*Available records*.
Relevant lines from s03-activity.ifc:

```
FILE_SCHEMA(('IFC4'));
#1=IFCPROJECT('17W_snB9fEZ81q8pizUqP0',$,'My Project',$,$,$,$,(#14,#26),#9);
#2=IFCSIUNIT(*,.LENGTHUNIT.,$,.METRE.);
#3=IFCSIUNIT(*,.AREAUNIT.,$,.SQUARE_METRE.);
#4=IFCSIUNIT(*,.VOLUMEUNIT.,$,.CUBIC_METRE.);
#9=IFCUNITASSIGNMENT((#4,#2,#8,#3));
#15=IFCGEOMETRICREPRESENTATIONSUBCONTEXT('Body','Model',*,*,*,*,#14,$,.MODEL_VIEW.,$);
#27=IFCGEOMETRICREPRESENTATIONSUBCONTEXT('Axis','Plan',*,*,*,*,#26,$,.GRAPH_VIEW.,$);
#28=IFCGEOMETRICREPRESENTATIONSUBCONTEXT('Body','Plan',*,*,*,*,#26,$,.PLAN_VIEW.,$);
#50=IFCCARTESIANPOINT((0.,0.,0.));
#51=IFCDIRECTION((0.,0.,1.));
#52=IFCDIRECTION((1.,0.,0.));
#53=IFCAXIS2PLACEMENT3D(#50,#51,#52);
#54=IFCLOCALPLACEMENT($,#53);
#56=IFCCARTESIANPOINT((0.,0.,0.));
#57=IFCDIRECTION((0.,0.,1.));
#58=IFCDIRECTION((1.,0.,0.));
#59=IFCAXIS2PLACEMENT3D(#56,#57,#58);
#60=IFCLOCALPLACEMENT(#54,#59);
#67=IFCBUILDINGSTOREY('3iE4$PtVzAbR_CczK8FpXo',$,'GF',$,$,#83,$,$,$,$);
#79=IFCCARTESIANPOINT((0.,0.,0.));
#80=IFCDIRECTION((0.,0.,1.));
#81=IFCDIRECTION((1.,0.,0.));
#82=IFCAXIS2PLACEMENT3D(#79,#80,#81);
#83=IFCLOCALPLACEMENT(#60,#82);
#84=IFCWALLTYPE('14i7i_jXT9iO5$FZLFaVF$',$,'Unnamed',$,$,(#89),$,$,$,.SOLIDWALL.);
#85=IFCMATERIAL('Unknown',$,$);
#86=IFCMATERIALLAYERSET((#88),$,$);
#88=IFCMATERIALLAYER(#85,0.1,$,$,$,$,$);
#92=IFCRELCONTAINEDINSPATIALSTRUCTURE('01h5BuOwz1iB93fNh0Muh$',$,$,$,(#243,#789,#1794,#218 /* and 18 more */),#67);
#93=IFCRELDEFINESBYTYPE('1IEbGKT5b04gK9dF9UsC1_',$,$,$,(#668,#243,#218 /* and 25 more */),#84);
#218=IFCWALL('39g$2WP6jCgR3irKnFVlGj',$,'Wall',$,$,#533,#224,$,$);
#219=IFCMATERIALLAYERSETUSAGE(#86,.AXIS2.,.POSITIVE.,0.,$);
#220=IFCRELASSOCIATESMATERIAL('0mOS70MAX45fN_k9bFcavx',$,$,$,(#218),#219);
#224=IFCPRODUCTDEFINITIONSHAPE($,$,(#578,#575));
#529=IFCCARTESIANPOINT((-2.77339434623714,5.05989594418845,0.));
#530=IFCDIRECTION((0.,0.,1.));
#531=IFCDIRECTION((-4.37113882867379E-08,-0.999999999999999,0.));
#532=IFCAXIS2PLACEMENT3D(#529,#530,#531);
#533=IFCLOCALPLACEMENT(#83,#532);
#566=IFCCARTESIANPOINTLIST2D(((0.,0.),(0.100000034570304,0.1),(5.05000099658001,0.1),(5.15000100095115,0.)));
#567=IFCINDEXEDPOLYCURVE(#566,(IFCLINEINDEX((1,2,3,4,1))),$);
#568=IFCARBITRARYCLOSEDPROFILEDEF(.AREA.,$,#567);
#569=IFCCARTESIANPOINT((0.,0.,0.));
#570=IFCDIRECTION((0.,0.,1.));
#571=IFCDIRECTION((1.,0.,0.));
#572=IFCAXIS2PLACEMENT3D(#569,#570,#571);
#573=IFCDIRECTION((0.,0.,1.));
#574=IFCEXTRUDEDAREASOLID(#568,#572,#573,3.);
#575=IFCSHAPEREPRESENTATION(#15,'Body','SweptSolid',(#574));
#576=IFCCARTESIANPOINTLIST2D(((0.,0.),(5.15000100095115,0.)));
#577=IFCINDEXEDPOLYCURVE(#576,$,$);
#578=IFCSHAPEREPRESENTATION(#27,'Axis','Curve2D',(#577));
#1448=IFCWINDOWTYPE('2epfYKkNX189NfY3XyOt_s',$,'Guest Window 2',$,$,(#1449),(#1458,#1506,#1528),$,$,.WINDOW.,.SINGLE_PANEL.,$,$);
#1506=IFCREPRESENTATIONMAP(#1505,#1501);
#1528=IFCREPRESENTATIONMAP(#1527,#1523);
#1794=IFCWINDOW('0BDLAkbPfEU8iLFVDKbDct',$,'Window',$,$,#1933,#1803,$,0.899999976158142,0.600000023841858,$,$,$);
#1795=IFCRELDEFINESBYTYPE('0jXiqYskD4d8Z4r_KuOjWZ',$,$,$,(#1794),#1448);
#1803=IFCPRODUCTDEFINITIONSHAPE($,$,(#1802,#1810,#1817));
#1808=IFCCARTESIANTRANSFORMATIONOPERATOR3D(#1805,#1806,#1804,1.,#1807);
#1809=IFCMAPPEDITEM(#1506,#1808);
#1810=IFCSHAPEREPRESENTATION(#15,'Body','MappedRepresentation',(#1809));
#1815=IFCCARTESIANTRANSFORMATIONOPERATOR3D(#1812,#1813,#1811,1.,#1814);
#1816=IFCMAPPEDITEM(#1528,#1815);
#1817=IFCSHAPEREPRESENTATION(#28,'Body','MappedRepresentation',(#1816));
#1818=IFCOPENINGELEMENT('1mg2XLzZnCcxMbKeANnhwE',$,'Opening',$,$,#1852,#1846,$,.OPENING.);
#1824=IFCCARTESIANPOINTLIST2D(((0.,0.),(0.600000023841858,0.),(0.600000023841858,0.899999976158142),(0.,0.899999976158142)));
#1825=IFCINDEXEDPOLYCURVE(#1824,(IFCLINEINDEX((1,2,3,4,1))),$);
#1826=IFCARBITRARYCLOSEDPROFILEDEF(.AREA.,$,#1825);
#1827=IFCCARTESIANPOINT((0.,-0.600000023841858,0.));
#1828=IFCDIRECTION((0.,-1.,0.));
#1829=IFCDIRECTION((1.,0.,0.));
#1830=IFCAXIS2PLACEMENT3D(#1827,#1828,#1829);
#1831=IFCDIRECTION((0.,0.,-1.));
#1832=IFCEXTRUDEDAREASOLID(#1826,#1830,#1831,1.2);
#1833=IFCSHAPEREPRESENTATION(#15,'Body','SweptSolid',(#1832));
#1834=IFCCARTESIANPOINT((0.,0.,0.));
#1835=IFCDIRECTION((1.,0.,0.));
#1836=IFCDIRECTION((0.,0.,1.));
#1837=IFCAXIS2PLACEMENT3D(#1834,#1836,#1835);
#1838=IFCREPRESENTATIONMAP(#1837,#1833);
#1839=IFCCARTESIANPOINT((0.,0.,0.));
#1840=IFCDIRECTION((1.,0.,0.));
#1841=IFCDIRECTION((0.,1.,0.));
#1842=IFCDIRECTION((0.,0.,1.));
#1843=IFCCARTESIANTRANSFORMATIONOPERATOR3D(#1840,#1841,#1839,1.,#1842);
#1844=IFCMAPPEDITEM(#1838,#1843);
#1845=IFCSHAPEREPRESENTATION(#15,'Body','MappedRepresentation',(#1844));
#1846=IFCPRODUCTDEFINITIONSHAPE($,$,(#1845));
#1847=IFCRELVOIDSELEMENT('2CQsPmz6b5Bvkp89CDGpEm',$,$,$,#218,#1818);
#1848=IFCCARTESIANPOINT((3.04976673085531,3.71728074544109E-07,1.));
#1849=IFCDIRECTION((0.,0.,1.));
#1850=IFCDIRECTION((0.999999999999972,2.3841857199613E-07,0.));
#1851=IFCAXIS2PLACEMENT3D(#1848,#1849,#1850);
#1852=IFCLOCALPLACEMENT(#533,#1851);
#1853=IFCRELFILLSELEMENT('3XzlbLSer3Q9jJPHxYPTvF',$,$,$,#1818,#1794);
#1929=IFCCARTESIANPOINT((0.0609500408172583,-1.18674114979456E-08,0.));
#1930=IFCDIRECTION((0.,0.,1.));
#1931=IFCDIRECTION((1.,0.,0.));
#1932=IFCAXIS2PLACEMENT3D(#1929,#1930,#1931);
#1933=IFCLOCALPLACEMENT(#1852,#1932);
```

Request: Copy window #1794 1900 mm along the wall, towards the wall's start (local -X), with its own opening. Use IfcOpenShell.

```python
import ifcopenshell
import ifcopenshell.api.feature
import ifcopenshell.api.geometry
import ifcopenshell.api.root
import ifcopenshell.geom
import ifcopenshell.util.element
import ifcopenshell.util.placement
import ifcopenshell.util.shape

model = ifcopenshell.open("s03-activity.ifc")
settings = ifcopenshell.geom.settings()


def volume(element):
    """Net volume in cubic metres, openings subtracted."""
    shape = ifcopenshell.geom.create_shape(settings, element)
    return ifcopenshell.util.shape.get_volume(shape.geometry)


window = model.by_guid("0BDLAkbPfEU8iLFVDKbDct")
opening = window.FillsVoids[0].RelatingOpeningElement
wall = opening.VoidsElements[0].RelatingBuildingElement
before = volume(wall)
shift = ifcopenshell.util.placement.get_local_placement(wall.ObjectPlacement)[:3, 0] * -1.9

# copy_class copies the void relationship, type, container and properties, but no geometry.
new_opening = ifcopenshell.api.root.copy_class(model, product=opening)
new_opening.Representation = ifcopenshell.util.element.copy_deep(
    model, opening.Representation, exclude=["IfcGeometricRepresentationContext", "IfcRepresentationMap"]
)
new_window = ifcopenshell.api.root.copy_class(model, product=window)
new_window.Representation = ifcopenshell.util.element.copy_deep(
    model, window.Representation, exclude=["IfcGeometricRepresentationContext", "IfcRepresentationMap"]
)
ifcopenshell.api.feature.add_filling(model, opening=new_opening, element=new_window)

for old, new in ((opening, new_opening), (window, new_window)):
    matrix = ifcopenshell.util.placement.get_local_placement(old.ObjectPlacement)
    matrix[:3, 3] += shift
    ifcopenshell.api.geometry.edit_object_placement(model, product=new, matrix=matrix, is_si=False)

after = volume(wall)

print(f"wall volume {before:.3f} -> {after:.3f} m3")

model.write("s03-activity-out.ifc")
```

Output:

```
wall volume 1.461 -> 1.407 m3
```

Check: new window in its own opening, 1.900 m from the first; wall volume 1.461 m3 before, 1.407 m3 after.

* * *

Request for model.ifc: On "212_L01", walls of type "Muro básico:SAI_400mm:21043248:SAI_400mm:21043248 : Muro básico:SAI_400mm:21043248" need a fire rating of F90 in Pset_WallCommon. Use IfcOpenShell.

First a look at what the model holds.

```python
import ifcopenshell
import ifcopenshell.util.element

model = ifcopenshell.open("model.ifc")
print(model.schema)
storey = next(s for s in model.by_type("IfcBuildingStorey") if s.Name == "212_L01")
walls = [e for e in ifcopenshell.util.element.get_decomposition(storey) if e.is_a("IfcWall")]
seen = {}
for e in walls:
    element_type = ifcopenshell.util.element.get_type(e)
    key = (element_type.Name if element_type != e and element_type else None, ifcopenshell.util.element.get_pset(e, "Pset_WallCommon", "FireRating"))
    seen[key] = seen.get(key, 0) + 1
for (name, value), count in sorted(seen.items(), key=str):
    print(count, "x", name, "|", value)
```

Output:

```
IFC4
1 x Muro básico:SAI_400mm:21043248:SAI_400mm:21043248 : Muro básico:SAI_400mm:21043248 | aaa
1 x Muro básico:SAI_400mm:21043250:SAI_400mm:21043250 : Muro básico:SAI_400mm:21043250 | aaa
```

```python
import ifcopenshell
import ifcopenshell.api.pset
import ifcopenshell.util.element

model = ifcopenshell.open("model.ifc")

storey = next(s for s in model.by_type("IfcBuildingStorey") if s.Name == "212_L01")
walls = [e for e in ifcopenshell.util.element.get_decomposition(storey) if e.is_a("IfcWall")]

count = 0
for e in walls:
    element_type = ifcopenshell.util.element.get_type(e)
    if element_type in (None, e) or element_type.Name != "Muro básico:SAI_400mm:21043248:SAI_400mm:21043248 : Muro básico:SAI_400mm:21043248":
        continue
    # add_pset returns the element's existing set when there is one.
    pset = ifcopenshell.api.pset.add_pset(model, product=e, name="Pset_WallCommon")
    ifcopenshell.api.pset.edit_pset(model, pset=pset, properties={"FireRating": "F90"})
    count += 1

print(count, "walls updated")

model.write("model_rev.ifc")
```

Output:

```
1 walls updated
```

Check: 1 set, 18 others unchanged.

==

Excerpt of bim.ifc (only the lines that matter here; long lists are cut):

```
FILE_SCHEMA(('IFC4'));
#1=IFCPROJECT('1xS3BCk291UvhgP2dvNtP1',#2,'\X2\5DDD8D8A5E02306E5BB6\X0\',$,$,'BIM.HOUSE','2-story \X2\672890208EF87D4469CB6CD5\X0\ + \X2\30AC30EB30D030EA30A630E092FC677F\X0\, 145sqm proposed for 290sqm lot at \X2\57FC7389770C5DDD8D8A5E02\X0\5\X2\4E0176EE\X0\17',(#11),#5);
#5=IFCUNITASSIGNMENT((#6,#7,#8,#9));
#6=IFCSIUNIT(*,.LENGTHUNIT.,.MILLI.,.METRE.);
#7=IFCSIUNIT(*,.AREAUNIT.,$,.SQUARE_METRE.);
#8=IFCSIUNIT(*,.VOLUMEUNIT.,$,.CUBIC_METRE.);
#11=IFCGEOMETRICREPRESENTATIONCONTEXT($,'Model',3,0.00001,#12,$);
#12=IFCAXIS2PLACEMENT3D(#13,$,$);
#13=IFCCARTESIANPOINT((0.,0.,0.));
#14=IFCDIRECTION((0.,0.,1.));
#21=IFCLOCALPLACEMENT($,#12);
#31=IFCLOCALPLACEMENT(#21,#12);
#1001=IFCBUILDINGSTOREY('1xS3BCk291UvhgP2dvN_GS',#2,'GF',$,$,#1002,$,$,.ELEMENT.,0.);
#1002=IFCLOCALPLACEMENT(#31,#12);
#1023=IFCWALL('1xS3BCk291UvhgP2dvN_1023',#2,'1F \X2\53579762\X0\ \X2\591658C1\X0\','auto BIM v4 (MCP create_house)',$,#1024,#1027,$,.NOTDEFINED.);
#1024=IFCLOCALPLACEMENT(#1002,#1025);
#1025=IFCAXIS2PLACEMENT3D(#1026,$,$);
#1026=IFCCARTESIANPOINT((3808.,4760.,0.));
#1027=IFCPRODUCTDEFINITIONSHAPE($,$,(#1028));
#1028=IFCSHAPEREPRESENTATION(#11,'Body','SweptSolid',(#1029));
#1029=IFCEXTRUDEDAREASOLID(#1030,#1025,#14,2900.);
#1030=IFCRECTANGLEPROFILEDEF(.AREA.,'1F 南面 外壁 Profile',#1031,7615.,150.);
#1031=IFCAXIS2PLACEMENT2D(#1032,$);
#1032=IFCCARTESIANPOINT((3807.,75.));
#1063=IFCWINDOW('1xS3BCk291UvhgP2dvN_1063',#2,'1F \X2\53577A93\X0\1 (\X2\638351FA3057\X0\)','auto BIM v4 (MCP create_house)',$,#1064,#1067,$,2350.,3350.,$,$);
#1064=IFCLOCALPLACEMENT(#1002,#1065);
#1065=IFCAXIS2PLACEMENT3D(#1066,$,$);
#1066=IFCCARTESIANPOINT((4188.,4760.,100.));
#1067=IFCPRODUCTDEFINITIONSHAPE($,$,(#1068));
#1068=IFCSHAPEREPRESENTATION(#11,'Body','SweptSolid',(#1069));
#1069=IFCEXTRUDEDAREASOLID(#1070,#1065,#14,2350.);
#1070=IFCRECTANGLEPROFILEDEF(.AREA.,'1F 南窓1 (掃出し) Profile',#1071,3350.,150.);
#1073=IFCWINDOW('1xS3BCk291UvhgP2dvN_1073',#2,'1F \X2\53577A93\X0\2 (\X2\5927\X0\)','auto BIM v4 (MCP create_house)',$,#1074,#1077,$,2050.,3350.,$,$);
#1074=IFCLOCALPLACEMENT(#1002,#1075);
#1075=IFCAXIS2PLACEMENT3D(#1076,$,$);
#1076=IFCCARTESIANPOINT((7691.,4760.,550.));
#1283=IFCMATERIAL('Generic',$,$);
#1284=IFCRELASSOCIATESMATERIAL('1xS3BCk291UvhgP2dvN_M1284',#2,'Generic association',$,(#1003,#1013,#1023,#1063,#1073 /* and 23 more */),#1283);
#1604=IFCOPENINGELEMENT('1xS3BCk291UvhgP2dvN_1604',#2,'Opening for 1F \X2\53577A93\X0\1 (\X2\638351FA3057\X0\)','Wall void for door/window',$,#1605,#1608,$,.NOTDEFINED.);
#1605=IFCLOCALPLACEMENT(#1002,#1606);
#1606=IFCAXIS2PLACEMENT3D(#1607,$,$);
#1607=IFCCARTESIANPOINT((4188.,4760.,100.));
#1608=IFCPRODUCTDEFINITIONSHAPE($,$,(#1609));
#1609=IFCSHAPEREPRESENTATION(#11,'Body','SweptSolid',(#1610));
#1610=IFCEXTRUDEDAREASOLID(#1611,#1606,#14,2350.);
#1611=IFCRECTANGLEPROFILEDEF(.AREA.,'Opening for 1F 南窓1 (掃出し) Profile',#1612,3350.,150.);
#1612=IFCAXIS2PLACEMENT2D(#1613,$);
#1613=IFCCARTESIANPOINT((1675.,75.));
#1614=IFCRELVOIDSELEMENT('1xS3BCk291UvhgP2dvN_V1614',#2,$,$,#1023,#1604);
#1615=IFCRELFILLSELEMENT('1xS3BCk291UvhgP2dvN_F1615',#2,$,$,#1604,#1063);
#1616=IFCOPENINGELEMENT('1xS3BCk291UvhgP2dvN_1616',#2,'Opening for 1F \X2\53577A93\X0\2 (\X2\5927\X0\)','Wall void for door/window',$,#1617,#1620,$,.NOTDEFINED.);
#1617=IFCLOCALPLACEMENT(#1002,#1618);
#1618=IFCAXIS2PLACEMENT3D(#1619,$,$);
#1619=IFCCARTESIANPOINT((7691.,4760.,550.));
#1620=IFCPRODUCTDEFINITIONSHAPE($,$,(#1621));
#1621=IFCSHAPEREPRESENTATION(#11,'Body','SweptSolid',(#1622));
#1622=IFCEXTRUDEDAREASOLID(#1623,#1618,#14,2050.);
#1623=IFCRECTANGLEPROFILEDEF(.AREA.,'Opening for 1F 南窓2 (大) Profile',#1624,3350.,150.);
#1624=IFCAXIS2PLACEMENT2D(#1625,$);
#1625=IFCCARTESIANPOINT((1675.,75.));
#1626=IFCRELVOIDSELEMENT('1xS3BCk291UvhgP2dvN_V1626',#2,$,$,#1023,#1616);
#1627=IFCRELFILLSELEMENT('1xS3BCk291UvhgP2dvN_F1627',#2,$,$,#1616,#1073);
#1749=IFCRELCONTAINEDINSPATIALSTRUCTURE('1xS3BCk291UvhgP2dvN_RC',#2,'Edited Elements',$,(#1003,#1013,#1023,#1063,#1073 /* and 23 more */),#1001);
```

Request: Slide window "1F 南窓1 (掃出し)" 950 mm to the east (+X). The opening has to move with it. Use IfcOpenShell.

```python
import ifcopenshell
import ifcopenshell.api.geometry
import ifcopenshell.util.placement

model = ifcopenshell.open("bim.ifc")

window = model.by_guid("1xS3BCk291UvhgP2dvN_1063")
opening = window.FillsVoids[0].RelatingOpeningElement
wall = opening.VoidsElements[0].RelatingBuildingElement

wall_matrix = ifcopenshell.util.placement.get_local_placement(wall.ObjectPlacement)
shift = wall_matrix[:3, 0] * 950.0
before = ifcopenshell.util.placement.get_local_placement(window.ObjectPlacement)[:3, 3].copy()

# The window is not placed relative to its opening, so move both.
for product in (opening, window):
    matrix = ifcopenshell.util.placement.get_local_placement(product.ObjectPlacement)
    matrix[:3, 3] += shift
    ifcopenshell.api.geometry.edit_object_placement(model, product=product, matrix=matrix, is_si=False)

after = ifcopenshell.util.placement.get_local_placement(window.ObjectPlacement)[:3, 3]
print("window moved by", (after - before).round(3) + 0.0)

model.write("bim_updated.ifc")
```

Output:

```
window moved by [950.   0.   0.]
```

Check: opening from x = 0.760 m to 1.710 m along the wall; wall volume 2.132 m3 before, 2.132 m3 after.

*Task directions*. From the records above, pick out and copy each line holding the word "IFCPROJECT".

*Problem solution*.
#1=IFCPROJECT('17W_snB9fEZ81q8pizUqP0',$,'My Project',$,$,$,$,(#14,#26),#9);
#1=IFCPROJECT('1xS3BCk291UvhgP2dvNtP1',#2,'\X2\5DDD8D8A5E02306E5BB6\X0\',$,$,'BIM.HOUSE','2-story \X2\672890208EF87D4469CB6CD5\X0\ + \X2\30AC30EB30D030EA30A630E092FC677F\X0\, 145sqm proposed for 290sqm lot at \X2\57FC7389770C5DDD8D8A5E02\X0\5\X2\4E0176EE\X0\17',(#11),#5);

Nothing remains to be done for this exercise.